What happens when a bookworm sees a novel-inspired movie? Personally, I get very nervous. I don’t like to see my favorite books exploited by Hollywood to attract large crowds to the box office. Many times directors lose sight of important aspects of the book and focus on sensational visual effects. Having read the novel by Yann Matel, I think Life of Pi was a perfect balance of effects and the original story. The movie was also able to capture the spiritual and religious significance of the book — what to me made Life of Pi a moving read.
Simply put, Life of Pi is a story about a boy who really just wants to love God. We learn that Pi was first introduced to God through Hinduism; however, he yearns to understand many religions. He meets people who share Christianity and Islam with him. I found this so interesting because most people are born into their parents’ faith and go their whole lives practicing it without questioning it. I have always been curious about other faiths, and I’ve enjoyed learning about them in the various theology classes I’ve taken. But I never once considered that I would practice them in addition to Catholicism.
In one scene, we see Pi praying the Salah (the obligatory daily prayers of the Five Pillars of Islam). I was touched by Pi’s explanation that while he doesn’t really know what the Arabic words mean, and he definitely doesn’t know how to pronounce them, he likes the way they feel. In another scene Pi is making the sign of the cross before he says grace. How many teenage Hindus do you see practicing Islam and Christianity? Pi’s religious curiosity produced anxiety in his family. It was difficult for them to understand why he practiced three faiths. But this didn’t stop Pi from staying faithful. He is an example of how important it is to strive to know and love God, no matter what faith you call your own.

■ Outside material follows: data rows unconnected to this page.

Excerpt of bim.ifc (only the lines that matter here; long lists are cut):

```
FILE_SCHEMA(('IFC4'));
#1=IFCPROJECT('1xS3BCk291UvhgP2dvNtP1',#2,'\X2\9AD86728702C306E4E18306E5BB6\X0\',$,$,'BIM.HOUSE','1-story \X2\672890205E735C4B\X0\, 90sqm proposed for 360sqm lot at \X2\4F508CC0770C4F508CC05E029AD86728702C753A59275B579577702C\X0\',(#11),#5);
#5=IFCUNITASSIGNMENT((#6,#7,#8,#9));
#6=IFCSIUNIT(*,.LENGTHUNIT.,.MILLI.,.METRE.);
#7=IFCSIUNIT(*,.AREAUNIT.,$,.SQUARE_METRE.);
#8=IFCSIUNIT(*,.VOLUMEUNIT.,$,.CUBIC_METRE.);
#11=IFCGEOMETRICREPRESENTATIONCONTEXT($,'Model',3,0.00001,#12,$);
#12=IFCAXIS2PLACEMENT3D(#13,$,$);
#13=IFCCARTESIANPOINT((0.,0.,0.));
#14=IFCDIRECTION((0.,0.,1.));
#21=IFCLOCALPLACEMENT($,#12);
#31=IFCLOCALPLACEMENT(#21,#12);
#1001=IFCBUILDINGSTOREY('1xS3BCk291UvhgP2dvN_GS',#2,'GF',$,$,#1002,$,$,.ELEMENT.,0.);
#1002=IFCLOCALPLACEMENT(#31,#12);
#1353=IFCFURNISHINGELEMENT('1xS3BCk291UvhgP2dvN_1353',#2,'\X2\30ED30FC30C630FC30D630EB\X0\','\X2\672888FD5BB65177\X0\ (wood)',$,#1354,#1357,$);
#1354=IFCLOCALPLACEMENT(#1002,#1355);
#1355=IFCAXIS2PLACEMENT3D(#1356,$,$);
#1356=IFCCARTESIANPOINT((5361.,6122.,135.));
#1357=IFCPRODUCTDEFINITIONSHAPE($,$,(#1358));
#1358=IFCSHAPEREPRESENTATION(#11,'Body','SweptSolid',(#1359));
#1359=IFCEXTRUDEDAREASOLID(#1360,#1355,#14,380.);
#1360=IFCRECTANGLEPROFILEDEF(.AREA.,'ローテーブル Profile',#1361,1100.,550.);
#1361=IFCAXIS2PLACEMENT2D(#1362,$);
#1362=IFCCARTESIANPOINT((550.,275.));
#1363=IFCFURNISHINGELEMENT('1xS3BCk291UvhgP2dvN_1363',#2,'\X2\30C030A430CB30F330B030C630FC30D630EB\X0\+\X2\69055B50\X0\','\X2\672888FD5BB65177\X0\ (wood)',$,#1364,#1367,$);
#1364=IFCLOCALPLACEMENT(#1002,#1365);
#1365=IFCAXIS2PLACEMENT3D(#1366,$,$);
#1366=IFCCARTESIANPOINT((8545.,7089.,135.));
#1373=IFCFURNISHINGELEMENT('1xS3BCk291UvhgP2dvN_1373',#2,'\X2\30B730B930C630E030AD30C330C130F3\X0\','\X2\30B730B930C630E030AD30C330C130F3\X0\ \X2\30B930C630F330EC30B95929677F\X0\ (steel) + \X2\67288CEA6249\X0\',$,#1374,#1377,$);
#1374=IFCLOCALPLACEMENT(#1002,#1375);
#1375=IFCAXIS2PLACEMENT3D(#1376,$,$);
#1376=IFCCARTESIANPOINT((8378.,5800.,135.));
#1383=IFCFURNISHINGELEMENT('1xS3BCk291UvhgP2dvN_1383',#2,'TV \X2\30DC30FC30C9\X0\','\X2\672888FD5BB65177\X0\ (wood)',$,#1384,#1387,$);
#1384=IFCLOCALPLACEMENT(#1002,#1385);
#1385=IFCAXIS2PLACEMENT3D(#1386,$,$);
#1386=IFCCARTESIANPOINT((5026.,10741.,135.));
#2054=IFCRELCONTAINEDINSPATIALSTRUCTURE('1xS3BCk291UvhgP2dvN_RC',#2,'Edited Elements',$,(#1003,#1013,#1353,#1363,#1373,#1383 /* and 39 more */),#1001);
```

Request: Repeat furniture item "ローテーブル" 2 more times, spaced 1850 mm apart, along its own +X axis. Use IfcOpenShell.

```python
import ifcopenshell
import ifcopenshell.api.geometry
import ifcopenshell.api.root
import ifcopenshell.util.element
import ifcopenshell.util.placement

model = ifcopenshell.open("bim.ifc")


def reuse_history(source, copy):
    """copy_class also copies each property set's owner history, people and application; keep the originals."""
    for rel in copy.IsDefinedBy:
        if rel.is_a("IfcRelDefinesByProperties") and (history := rel.RelatingPropertyDefinition.OwnerHistory):
            rel.RelatingPropertyDefinition.OwnerHistory = source.OwnerHistory
            ifcopenshell.util.element.remove_deep2(model, history)


source = model.by_guid("1xS3BCk291UvhgP2dvN_1353")
base = ifcopenshell.util.placement.get_local_placement(source.ObjectPlacement)
step = base[:3, 0] * 1850.0

for i in range(1, 3):
    copy = ifcopenshell.api.root.copy_class(model, product=source)
    copy.Representation = ifcopenshell.util.element.copy_deep(
        model, source.Representation, exclude=["IfcGeometricRepresentationContext", "IfcRepresentationMap"]
    )
    reuse_history(source, copy)
    matrix = base.copy()
    matrix[:3, 3] += i * step
    print("added at", matrix[:3, 3].round(3) + 0.0)
    ifcopenshell.api.geometry.edit_object_placement(model, product=copy, matrix=matrix, is_si=False)

model.write("bim_updated.ifc")
```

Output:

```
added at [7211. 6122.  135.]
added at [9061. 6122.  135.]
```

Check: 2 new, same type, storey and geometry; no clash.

Pi develops a profound faith in God, especially for someone of his young age. However, this faith is put to the test when he spends 227 days stranded on a lifeboat in the Pacific Ocean. At some point in our lives, we may experience utter despair, and the image of drifting on the open waters alone in a boat may be a nice metaphor for this period. Pi actually lived through it. The story goes that he starts out on the lifeboat with a zebra, an orangutan, a hyena and a Bengal tiger named Richard Parker. Darwin’s survival of the fittest comes into play as the animals kill each other leaving Pi to fend for himself with Richard Parker. At a point when most people (including me) would just give up, he trains the tiger. Feeding Richard Parker gives him something to live for in this desperate situation. Pi kept looking to God to give him signs to not lose hope.
After absorbing this fantastic story, we learn that there is a more realistic version of how Pi survives and reaches the shore. We are presented with two stories and no proof to say that either story is wrong. We, along with Yann Matel, want to know which one actually happened. Pi asked Yann which story he liked better. Yann replied, the one with the animals. Pi answered, “And so it goes with God.”
After hearing this, I had an insight into Pi’s views on the existence of God. You can ask yourself which story of creation you like better: the biblical narrative of God’s creation of the universe or the spontaneous collision of two hydrogen atoms. We might lack proof of exactly how the world was created or if God exists, but that is what faith is for. While Life of Pi is about a God-loving teenager who survives in extraordinary circumstances, its message about faith means so much more.
(And this bookworm’s recommendation: If you are as touched by the movie Life of Pi as I was, please read the book! There are many anecdotes in the novel that the film just couldn’t include.)